One congressional aide, speaking on condition of anonymity, said the choice by Grassley and Graham to mention Steele towards Justice Department raises an obvious anomaly.

"These are speaking about DOJ a justice based upon documents DOJ gave them and according to witness testimony into the DOJ," the aide said.

Steele, an old British intelligence officer, was commissioned in 2016 by research firm Fusion GPS to research President Donald Trump\’s ties to Russia. The dossier he produced, which Trump has derided as fiction, describes a lot of illicit connections between Trump, his business and also the Kremlin.

Republicans have persistently questioned how the FBI handled the dossier after receiving it in the 2016 campaign, including whether or not it formed the foundation of your surveillance warrant against a Trump campaign associate and whether the FBI independently verified any kind of Steele\’s information.

Republicans in addition sounded the alarm over reports that Fusion was paid by the Clinton campaign for Steele\’s research, suggesting that Steele\’s work was the merchandise of your partisan smear effort.

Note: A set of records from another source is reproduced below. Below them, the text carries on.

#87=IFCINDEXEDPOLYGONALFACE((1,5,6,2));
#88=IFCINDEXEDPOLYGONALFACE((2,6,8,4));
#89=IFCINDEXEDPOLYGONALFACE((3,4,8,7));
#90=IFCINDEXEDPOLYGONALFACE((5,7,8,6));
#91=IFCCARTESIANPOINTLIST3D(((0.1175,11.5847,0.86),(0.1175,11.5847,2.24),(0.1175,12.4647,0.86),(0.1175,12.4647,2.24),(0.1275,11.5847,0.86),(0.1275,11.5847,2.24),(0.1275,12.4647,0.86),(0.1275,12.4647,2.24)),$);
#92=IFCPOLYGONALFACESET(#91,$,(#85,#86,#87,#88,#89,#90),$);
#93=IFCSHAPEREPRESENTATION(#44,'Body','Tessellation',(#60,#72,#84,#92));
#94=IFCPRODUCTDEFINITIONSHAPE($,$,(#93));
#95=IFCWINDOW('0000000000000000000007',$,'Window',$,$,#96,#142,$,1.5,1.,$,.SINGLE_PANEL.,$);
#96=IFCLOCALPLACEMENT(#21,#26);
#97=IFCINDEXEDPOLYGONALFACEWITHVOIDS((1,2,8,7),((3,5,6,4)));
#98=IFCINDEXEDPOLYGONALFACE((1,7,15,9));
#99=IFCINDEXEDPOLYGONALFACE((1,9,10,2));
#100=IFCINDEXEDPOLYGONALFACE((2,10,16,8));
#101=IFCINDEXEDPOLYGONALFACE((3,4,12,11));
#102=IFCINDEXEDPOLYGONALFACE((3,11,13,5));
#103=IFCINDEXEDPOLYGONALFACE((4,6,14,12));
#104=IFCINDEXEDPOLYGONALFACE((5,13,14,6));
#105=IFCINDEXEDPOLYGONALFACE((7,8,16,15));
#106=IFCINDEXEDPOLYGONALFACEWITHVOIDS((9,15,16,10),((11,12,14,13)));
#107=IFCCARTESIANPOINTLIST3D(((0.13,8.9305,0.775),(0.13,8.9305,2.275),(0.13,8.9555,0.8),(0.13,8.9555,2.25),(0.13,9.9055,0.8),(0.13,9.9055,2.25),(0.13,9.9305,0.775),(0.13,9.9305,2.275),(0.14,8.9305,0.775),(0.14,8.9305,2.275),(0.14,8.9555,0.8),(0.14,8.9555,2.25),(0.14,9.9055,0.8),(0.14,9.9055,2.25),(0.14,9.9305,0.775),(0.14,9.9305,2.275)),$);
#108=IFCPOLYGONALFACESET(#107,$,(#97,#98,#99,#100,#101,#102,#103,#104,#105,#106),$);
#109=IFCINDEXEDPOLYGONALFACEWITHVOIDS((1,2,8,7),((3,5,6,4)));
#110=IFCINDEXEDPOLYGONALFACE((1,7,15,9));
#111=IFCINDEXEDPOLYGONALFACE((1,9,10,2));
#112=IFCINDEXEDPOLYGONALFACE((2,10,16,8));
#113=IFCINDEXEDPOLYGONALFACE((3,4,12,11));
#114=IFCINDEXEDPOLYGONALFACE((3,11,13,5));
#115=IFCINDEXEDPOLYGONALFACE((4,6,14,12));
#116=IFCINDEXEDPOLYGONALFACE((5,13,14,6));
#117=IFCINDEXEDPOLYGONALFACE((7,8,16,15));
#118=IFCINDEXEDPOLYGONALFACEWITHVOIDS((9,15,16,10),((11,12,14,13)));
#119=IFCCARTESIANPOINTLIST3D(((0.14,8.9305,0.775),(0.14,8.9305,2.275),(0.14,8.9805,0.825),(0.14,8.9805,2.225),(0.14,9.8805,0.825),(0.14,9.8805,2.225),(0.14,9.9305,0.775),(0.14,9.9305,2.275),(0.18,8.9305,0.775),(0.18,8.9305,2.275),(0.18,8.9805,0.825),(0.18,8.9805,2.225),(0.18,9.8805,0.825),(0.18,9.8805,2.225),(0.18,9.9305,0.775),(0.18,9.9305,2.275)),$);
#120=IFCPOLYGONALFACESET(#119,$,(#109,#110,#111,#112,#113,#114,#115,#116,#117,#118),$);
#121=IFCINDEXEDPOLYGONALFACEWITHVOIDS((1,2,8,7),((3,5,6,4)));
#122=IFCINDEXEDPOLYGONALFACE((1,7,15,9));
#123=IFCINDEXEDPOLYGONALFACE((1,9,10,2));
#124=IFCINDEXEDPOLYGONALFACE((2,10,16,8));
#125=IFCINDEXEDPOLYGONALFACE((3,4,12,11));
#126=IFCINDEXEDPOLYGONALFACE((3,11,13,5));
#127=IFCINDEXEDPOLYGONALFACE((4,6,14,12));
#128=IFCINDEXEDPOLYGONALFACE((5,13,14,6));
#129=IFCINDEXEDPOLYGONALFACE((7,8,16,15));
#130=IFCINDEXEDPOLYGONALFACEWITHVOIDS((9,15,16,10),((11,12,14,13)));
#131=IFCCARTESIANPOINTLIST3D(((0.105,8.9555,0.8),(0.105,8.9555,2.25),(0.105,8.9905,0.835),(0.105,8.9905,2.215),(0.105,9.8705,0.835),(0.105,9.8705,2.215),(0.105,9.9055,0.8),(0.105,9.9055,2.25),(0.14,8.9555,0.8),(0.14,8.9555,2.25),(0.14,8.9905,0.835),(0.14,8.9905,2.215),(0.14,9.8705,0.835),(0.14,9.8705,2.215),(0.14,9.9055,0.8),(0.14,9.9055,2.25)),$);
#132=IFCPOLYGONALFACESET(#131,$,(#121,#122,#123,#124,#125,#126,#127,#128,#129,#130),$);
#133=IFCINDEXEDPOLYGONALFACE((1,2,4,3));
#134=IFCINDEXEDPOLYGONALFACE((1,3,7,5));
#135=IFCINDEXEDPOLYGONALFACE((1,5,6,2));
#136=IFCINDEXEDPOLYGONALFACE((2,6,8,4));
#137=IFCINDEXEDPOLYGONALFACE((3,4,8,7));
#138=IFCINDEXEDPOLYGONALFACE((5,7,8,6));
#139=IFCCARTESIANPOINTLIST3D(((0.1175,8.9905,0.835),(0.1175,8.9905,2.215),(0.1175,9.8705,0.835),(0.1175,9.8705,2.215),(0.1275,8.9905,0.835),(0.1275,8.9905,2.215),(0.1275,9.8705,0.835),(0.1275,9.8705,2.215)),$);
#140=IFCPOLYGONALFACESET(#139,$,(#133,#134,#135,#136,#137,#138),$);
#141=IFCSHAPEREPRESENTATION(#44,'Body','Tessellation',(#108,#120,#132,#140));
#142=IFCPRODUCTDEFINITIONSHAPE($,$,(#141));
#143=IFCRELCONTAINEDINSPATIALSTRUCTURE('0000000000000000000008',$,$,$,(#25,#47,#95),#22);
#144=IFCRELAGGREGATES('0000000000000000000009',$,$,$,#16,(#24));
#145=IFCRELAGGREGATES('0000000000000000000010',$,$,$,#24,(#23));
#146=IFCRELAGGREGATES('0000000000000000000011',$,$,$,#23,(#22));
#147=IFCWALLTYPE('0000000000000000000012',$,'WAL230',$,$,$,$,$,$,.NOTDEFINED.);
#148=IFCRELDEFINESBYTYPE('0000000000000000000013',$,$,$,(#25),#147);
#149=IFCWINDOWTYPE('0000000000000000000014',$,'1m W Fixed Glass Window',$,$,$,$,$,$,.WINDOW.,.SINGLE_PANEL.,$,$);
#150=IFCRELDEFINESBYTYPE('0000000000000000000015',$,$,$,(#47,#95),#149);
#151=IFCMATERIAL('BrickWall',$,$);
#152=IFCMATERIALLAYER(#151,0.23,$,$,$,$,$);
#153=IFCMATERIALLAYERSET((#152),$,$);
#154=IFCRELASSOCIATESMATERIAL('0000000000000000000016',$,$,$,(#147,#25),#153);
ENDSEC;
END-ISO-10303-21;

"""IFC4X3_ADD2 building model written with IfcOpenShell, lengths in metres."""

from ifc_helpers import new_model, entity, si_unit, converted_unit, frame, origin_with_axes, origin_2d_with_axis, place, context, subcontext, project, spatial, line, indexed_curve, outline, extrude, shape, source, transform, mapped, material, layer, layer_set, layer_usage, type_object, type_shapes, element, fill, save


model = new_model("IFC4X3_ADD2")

The two senators claim in their letter to obtain seen proof "potential violations" by Steele on the law prohibiting false statements to government officials. These potential violations, they assert, occurred "regarding his distribution of information contained in the dossier."

Their letter was copied to Sen. Dianne Feinstein, the highest Democrat to the Judiciary Committee, and Sens. Richard Burr (R-N.C.) and Mark Warner (D-Va.), the most notable lawmakers for the Senate Intelligence Committee, and Reps. Devin Nunes (R-Calif.) and Adam Schiff (D-Calif.), the top part lawmakers on the House Intelligence ommittee.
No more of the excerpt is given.